_EXERCISE INSTRUCTIONS_
Produce an exact copy of the lines from the line that contains "#52=IFCINDEXEDPOLYGONALFACE((1,3,5,7,11,9));" to the end of the listing below.

_MATERIAL TO PROCESS_
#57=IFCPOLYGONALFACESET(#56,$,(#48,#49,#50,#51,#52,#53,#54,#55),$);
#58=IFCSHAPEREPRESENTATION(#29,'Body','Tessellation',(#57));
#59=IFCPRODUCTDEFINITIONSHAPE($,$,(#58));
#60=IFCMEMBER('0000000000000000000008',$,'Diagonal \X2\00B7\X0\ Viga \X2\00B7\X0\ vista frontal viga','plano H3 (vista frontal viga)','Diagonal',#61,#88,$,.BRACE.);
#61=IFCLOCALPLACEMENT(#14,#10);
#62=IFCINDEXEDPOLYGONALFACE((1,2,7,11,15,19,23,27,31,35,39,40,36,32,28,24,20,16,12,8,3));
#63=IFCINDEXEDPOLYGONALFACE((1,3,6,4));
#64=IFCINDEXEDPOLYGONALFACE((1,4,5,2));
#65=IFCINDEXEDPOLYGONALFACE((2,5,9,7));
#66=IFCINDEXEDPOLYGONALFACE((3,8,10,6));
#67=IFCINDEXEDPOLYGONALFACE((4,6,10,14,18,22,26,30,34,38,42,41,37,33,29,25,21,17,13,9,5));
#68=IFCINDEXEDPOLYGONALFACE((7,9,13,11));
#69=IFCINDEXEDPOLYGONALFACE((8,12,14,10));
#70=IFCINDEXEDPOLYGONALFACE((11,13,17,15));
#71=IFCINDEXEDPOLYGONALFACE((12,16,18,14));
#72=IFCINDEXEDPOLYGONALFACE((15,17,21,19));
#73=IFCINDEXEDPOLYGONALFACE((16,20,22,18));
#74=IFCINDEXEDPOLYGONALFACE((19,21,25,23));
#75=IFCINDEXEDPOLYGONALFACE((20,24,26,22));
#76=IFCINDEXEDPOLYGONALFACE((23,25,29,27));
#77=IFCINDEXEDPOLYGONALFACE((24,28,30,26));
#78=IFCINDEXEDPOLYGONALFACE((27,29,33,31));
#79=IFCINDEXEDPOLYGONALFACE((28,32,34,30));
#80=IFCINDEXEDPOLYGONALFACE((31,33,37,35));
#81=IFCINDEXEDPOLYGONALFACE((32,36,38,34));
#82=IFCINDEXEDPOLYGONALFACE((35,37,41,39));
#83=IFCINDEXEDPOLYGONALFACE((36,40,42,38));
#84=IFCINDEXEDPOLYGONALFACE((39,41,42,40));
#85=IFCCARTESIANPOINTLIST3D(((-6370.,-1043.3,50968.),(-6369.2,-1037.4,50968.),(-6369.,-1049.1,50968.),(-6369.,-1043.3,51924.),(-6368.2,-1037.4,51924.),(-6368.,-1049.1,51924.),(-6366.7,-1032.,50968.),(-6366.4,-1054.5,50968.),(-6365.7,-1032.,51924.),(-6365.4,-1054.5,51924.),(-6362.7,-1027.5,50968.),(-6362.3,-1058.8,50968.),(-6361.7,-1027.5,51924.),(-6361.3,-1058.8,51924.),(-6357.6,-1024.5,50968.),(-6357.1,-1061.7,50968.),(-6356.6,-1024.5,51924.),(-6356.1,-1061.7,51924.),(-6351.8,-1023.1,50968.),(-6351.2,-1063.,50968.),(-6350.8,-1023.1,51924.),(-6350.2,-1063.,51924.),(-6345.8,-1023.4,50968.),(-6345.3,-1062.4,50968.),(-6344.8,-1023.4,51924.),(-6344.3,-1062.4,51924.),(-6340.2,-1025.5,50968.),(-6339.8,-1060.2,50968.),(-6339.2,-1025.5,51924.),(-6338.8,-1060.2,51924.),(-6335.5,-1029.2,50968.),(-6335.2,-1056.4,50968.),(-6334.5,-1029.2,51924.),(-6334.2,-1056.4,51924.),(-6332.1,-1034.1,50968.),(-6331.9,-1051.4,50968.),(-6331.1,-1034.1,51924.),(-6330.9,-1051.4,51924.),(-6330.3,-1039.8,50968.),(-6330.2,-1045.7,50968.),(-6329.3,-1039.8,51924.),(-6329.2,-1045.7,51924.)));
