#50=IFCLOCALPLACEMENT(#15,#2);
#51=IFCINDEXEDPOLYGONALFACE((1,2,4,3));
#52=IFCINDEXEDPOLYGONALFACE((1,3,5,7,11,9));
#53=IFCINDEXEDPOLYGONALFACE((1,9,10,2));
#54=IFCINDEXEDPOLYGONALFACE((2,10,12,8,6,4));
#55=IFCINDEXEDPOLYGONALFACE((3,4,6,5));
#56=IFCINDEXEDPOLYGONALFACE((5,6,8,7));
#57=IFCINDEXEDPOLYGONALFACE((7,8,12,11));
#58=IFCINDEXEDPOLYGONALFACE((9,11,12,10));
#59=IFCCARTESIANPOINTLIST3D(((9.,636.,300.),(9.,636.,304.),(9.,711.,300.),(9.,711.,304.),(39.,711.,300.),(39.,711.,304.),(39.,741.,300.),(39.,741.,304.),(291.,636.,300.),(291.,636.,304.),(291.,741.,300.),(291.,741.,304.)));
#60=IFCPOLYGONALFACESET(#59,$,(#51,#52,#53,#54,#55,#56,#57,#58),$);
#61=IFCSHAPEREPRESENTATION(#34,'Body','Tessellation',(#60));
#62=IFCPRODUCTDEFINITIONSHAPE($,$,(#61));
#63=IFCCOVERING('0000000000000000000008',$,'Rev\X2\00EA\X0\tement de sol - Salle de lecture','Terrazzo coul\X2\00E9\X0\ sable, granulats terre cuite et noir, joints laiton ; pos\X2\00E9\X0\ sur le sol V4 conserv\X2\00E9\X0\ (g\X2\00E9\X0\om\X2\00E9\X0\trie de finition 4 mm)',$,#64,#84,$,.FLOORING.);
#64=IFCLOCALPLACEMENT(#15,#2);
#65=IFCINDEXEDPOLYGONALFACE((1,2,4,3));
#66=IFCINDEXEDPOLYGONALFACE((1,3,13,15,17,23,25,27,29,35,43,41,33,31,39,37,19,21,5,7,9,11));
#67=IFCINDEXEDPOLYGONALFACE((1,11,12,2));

_EXERCISE RESULT_
#52=IFCINDEXEDPOLYGONALFACE((1,3,5,7,11,9));
#53=IFCINDEXEDPOLYGONALFACE((1,9,10,2));
#54=IFCINDEXEDPOLYGONALFACE((2,10,12,8,6,4));
#55=IFCINDEXEDPOLYGONALFACE((3,4,6,5));
#56=IFCINDEXEDPOLYGONALFACE((5,6,8,7));
#57=IFCINDEXEDPOLYGONALFACE((7,8,12,11));
#58=IFCINDEXEDPOLYGONALFACE((9,11,12,10));
#59=IFCCARTESIANPOINTLIST3D(((9.,636.,300.),(9.,636.,304.),(9.,711.,300.),(9.,711.,304.),(39.,711.,300.),(39.,711.,304.),(39.,741.,300.),(39.,741.,304.),(291.,636.,300.),(291.,636.,304.),(291.,741.,300.),(291.,741.,304.)));
#60=IFCPOLYGONALFACESET(#59,$,(#51,#52,#53,#54,#55,#56,#57,#58),$);
#61=IFCSHAPEREPRESENTATION(#34,'Body','Tessellation',(#60));
#62=IFCPRODUCTDEFINITIONSHAPE($,$,(#61));
#63=IFCCOVERING('0000000000000000000008',$,'Rev\X2\00EA\X0\tement de sol - Salle de lecture','Terrazzo coul\X2\00E9\X0\ sable, granulats terre cuite et noir, joints laiton ; pos\X2\00E9\X0\ sur le sol V4 conserv\X2\00E9\X0\ (g\X2\00E9\X0\om\X2\00E9\X0\trie de finition 4 mm)',$,#64,#84,$,.FLOORING.);
#64=IFCLOCALPLACEMENT(#15,#2);
#65=IFCINDEXEDPOLYGONALFACE((1,2,4,3));
#66=IFCINDEXEDPOLYGONALFACE((1,3,13,15,17,23,25,27,29,35,43,41,33,31,39,37,19,21,5,7,9,11));
#67=IFCINDEXEDPOLYGONALFACE((1,11,12,2));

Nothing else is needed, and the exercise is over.